Besluit beëdiging Gevolmachtigde Ministers

Geraadpleegd op 24-05-2025. Gebruikte datum 'geldig op' 10-10-2010 en zichtdatum 10-10-2010.
Geldend van 10-10-2010 t/m heden

Artikel 1

Het formulier van de eed (verklaring en belofte) die de Gevolmachtigde Minister van Aruba ingevolge artikel 9 van het Statuut voor het Koninkrijk aflegt alvorens zijn betrekking te aanvaarden, luidt als volgt:

«Ik zweer (verklaar) dat ik, om tot Gevolmachtigde Minister te worden benoemd, rechtstreeks noch middellijk, onder welke naam of welk voorwendsel ook, enige gift of gunst heb gegeven of beloofd.

Ik zweer (verklaar en beloof) dat ik, om iets in dit ambt te doen of te laten, rechtstreeks noch middellijk enig geschenk of enige belofte heb aangenomen of zal aannemen.

Ik zweer (beloof) trouw aan de Koning, aan het Statuut voor het Koninkrijk en aan de Staatsregeling van Aruba.

Ik zweer (beloof) dat ik de plichten die mijn ambt mij oplegt, getrouw zal vervullen.
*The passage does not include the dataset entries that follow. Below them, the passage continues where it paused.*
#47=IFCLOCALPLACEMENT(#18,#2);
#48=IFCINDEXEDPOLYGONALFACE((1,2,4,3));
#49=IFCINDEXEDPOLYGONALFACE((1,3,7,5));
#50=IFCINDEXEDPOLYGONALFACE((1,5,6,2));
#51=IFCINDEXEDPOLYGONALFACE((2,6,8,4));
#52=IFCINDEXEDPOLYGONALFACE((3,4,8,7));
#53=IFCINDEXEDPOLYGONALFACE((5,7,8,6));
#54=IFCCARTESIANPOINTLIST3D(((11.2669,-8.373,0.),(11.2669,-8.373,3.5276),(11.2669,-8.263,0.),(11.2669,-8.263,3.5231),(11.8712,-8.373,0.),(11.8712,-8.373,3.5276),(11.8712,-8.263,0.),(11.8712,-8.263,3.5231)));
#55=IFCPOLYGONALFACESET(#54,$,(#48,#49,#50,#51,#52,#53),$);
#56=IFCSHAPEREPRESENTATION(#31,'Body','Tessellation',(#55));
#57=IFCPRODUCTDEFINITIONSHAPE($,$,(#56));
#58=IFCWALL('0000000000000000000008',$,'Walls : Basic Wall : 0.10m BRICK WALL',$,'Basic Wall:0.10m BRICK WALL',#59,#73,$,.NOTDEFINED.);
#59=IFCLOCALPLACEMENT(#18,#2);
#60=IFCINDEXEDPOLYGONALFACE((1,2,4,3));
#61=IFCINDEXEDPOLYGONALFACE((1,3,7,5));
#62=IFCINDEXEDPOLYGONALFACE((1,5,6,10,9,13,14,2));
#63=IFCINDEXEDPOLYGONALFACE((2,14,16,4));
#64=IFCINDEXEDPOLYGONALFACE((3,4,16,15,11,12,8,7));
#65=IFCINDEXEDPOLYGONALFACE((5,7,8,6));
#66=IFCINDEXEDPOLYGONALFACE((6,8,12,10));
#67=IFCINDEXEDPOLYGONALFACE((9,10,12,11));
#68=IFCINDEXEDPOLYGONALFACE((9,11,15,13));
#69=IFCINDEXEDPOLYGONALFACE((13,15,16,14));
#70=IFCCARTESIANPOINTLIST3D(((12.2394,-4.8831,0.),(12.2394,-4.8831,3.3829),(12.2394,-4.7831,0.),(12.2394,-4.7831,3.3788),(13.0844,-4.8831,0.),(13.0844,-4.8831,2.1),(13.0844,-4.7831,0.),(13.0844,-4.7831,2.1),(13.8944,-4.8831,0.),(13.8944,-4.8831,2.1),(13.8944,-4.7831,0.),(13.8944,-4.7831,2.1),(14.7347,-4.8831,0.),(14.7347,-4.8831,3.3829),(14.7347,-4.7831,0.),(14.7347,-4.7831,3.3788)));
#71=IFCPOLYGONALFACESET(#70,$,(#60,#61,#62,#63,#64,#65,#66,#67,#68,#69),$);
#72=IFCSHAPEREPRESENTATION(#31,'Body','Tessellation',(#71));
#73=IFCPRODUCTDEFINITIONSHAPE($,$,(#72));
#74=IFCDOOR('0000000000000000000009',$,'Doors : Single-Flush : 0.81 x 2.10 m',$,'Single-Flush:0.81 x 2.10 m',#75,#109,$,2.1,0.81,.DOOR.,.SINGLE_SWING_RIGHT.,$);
Zo waarlijk helpe mij God Almachtig! (Dat verklaar en beloof ik!)»

Artikel 2

Het formulier van de eed (verklaring en belofte), die de Gevolmachtigde Minister van Curaçao ingevolge artikel 9 van het Statuut voor het Koninkrijk aflegt alvorens zijn betrekking te aanvaarden, luidt als volgt:

«Ik zweer (verklaar) dat ik, om tot Gevolmachtigde Minister te worden benoemd, rechtstreeks noch middellijk, onder welke naam of welk voorwendsel ook, enige gift of gunst heb gegeven of beloofd.
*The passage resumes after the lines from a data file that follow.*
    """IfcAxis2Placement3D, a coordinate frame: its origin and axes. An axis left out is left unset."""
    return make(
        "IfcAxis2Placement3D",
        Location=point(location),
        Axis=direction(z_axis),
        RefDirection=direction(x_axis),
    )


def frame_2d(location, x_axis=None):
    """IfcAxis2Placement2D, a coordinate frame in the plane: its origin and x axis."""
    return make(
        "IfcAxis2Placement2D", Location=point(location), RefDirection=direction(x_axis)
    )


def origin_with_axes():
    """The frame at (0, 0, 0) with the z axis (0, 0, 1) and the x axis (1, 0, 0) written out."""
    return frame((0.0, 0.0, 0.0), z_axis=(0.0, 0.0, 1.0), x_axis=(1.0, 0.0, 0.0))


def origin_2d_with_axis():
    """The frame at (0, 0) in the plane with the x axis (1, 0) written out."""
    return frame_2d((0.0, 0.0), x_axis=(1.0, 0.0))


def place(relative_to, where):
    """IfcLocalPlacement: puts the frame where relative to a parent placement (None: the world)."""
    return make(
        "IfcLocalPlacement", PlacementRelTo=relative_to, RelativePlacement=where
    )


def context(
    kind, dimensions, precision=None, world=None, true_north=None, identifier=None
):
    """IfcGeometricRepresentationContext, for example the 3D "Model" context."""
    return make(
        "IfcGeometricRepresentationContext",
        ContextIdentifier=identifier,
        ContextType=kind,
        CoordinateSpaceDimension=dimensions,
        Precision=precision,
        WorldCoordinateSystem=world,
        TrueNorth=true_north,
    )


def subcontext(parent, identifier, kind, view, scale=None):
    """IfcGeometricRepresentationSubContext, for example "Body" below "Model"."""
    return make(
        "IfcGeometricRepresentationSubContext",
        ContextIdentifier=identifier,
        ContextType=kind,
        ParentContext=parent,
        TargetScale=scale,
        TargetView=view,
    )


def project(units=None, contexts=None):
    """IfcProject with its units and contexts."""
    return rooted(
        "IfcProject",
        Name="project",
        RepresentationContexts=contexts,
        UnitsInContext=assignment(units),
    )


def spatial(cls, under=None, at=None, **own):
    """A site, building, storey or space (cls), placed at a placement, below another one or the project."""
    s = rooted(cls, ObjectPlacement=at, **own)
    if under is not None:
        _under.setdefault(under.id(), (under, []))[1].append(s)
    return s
Ik zweer (verklaar en beloof) dat ik, om iets in dit ambt te doen of te laten, rechtstreeks noch middellijk enig geschenk of enige belofte heb aangenomen of zal aannemen.
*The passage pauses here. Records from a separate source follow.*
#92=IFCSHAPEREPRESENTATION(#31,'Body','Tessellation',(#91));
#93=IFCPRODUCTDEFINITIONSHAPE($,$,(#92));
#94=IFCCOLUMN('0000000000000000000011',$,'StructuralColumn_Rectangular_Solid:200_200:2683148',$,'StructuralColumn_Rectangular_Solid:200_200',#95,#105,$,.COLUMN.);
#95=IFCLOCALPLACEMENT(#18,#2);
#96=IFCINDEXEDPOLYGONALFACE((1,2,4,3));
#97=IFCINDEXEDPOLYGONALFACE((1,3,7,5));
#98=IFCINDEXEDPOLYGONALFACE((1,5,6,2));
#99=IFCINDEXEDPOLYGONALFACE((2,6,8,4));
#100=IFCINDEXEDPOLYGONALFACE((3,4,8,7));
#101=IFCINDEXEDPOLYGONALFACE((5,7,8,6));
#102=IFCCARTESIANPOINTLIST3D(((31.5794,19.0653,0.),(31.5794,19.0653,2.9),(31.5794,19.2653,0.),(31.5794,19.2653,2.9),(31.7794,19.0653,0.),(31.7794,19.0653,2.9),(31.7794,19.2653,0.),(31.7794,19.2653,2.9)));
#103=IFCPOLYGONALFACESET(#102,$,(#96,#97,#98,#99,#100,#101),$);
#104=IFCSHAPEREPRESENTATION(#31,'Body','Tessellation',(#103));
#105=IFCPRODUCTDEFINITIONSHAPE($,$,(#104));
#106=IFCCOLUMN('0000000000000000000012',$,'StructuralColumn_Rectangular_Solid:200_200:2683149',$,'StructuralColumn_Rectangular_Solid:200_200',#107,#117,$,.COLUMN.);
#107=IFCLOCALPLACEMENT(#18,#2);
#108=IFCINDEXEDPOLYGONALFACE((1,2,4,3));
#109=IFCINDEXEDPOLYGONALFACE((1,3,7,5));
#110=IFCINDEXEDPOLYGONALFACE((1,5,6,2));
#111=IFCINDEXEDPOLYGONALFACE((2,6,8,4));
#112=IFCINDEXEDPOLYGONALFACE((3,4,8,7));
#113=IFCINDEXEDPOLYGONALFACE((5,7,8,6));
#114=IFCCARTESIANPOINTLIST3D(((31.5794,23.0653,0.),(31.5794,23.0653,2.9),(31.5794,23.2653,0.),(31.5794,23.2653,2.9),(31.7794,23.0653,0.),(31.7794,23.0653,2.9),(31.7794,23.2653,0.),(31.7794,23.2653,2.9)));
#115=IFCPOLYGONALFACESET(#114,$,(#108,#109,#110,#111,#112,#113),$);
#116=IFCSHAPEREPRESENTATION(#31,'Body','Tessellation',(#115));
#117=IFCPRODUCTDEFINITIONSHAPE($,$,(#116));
Ik zweer (beloof) trouw aan de Koning, aan het Statuut voor het Koninkrijk en aan de Staatsregeling van Curaçao.

Ik zweer (beloof) dat ik de plichten die mijn ambt mij oplegt, getrouw zal vervullen.

Zo waarlijk helpe mij God Almachtig! (Dat verklaar en beloof ik!)»

Artikel 3

Het formulier van de eed (verklaring en belofte), die de Gevolmachtigde Minister van Sint Maarten ingevolge artikel 9 van het Statuut voor het Koninkrijk aflegt alvorens zijn betrekking te aanvaarden, luidt als volgt:

«Ik zweer (verklaar) dat ik, om tot Gevolmachtigde Minister te worden benoemd, rechtstreeks noch middellijk, onder welke naam of welk voorwendsel ook, enige gift of gunst heb gegeven of beloofd.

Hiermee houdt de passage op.